System.out.println("enum: "+(Integer)enum.nextElement());
System.out.println("Done ;-)");
}
}
The example above should be self evident (if you paid attention when I showed test programs for the previous data structures). The main key difference is that this one doesn't actually remove objects at the end; we just leave them inside. Removal can be accomplished very easily, and if you'll be doing anything cool with the class, you'll sure to look up the API specs.
Printing is accomplished using an Enumerator;
which we use to march through every element printing as we move along. We could also have
done the same by doing a for loop, going from 0 to v.size(),
doing a v.elementAt(int) every time through the loop. The output from the
above program follows:
starting...
addElement: 9
addElement: 5
addElement: 54
addElement: 49
addElement: 60
addElement: 81
addElement: 8
addElement: 91
addElement: 76
addElement: 81
size: 10
capacity: 15
enum: 9
enum: 5
enum: 54
enum: 49
enum: 60
enum: 81
enum: 8
enum: 91
enum: 76
enum: 81
Done ;-)
You should notice that when we print the size
and capacity, they're different. The size is the current number
of elements inside the Vector, and the capacity, is the maximum
possible without reallocation.
A trick you can try yourself when playing with the Vector
is to have Vectors of Vectors (since Vector is also
an Object, there shouldn't be any problems of doing it). Constructs like that
can lead to some interesting data structures, and even more confusion. Just try inserting
a Vector into a Vector ;-)
I guess that covers the Vector class.
If you need to know more about it, you're welcome to read the API specs for it. I also
greatly encourage you to look at java.util.Vector source, and see for
yourself what's going on inside that incredibly simple structure.
The other type of data structures are what's called Node based data structures. Instead of storing data in it's raw format, Node based data structures store nodes, which in turn store the data. Think of nodes as being elements, which may have one or more pointers to other nodes.
Yes, I did say the "pointer" word. Many people think that there are no pointers in Java, but just because you don't see them directly, doesn't mean they're not there. In fact, you can treat any object as a pointer.
Thus, the Node structure should have a data element, and a reference to another node (or nodes). Those other nodes which are referenced to, are called child nodes. The node itself is called the parent node (or sometimes a "father" node) in reference to it's children. (nice big happy family)
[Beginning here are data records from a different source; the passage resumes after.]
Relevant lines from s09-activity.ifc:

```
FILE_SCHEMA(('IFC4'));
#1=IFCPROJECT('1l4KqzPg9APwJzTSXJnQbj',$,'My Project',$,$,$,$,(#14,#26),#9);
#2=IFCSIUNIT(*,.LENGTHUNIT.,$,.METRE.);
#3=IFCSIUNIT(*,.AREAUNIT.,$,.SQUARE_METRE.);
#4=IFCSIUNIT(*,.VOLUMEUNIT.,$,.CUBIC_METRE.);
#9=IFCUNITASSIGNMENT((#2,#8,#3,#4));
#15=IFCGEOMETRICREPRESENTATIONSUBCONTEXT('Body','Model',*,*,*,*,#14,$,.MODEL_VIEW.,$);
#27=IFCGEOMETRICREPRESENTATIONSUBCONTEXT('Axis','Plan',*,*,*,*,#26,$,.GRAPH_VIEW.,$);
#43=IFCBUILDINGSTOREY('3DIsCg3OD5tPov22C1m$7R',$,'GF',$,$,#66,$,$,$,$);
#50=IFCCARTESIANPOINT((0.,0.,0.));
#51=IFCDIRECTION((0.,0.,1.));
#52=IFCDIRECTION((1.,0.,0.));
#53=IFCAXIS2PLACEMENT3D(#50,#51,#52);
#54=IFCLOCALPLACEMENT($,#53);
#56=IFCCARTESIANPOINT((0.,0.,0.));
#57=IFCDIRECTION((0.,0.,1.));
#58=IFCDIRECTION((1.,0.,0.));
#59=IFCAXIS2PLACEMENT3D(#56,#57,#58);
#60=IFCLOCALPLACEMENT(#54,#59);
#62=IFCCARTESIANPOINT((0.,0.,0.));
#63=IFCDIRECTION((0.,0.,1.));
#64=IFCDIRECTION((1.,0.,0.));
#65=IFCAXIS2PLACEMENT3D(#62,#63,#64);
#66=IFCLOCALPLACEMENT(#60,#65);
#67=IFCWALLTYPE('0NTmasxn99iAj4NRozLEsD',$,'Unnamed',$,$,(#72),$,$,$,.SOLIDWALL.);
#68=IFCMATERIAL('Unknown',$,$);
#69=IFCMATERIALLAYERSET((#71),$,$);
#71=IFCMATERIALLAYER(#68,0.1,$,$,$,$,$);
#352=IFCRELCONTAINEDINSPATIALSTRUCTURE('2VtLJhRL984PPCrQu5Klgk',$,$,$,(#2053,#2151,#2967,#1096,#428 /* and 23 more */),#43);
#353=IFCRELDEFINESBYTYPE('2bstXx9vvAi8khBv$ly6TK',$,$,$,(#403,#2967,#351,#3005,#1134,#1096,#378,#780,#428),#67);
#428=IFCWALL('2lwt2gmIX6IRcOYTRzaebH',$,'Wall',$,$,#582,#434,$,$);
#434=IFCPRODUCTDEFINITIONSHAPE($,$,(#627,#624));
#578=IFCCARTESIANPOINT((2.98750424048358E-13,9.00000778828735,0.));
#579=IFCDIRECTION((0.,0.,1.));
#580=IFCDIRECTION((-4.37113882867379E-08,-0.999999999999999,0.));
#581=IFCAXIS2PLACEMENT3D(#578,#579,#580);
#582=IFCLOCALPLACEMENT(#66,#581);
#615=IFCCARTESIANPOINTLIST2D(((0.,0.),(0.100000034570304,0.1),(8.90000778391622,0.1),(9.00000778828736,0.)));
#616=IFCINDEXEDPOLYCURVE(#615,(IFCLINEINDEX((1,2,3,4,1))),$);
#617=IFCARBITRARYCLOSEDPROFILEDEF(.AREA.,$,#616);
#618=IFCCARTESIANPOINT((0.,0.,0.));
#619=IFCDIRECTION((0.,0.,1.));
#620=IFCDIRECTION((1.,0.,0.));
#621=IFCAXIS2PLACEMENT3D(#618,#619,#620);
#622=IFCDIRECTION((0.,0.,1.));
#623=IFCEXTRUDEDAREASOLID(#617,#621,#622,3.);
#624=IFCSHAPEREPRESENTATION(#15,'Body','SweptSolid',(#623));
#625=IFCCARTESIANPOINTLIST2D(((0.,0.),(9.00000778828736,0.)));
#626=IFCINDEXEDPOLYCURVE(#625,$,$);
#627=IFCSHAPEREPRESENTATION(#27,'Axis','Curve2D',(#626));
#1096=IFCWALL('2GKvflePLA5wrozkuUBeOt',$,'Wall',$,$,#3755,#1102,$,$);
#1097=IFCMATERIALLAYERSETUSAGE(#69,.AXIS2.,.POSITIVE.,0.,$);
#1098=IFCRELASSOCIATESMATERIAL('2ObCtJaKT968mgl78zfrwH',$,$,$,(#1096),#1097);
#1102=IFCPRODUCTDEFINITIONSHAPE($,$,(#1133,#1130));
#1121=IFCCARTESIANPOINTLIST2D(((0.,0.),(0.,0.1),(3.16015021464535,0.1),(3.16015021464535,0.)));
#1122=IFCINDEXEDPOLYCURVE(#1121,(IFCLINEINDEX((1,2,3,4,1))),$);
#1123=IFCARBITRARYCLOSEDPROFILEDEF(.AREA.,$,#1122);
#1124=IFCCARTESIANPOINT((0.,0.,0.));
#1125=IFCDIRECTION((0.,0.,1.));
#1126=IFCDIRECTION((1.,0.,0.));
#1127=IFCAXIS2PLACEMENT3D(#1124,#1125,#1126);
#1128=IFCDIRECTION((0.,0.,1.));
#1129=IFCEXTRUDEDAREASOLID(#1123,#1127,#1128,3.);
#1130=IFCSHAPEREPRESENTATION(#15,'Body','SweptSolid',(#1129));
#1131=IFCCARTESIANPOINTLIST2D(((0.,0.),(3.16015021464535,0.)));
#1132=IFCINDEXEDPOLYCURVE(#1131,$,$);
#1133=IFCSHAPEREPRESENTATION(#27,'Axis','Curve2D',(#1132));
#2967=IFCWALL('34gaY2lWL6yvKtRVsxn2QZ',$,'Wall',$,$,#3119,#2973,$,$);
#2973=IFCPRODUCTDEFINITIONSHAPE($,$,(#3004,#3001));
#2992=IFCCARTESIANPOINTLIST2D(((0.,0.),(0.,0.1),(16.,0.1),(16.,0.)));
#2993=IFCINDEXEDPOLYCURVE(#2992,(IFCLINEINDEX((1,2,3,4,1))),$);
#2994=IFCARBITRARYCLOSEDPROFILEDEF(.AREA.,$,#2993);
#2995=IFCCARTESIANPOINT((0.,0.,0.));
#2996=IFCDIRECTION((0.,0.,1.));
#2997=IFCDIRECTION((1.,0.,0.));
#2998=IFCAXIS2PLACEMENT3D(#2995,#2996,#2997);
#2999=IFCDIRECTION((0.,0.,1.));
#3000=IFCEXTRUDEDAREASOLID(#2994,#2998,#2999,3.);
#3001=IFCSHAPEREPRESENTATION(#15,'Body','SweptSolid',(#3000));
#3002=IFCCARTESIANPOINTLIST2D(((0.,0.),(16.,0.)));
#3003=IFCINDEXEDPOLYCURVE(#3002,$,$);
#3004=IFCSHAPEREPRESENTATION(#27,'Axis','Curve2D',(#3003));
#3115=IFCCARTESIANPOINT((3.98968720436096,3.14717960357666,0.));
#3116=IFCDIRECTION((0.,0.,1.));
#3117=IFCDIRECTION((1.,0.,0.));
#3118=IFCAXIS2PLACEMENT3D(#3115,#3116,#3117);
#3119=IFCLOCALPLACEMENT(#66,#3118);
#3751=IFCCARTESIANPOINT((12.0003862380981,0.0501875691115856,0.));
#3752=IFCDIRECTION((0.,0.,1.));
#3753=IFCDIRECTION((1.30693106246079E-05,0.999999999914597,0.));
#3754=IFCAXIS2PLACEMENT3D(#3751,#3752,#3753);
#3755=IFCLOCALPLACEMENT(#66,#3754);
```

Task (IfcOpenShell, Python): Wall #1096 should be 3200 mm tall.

```python
import ifcopenshell
import ifcopenshell.geom
import ifcopenshell.util.representation
import ifcopenshell.util.shape
import ifcopenshell.util.unit

model = ifcopenshell.open("s09-activity.ifc")
unit_scale = ifcopenshell.util.unit.calculate_unit_scale(model)
settings = ifcopenshell.geom.settings()


def volume(element):
    """Net volume in cubic metres, openings subtracted."""
    shape = ifcopenshell.geom.create_shape(settings, element)
    return ifcopenshell.util.shape.get_volume(shape.geometry)


wall = model.by_guid("2GKvflePLA5wrozkuUBeOt")
before = volume(wall)

body = ifcopenshell.util.representation.get_representation(wall, "Model", "Body")
solid = body.Items[0]
old_height = solid.Depth
solid.Depth = 3.2 / unit_scale
after = volume(wall)

print(f"height {old_height:g} -> {solid.Depth:g}, volume {before:.3f} -> {after:.3f} m3")

model.write("s09-activity_edited.ifc")
```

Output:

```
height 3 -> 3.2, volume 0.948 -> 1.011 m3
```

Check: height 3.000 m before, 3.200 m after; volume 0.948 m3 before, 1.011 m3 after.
Well, the best way to visualize a node is to create one, so, lets do it. The node we'll create will be a one child node (it will have only one pointer), and we'll later use it in later sections to build really cool data structures. The source for our one child node follows:
public class pOneChildNode{
protected Object data;
protected pOneChildNode next;
public pOneChildNode(){
next = null;
data = null;
}
public pOneChildNode(Object d,pOneChildNode n){
data = d;
next = n;
}
public void setNext(pOneChildNode n){
next = n;
}
public void setData(Object d){
data = d;
}
public pOneChildNode getNext(){
return next;
}
public Object getData(){
return data;
}
public String toString(){
return ""+data;
}
}
Go over the source, notice that it's nothing more
than just set and get functions (pretty simple). The two data members are the data
and next. The data member holds the data of the node, and next
holds the pointer to the next node. Notice that next is of the same type as
the class itself; it effectively points to the object of same class!
The String toString() method is the
Java's standard way to print things. If an object wants to be printed in a special way, it
will define this method, with instructions on how to print this object. In our case, we
just want to print the data. Adding data to a bunch of quotation
marks automatically converts it to type String (hopefully, our data will also
have a toString() method defined on it). Without this method, we get the
actual binary representation of the data members of this class (not a pretty nor
meaningful printout).
Node based data structures provide for dynamic growing and shrinking, and are the key to some complex algorithms (as you'll see later). Now that we know how to implement a Node, lets get to something cool...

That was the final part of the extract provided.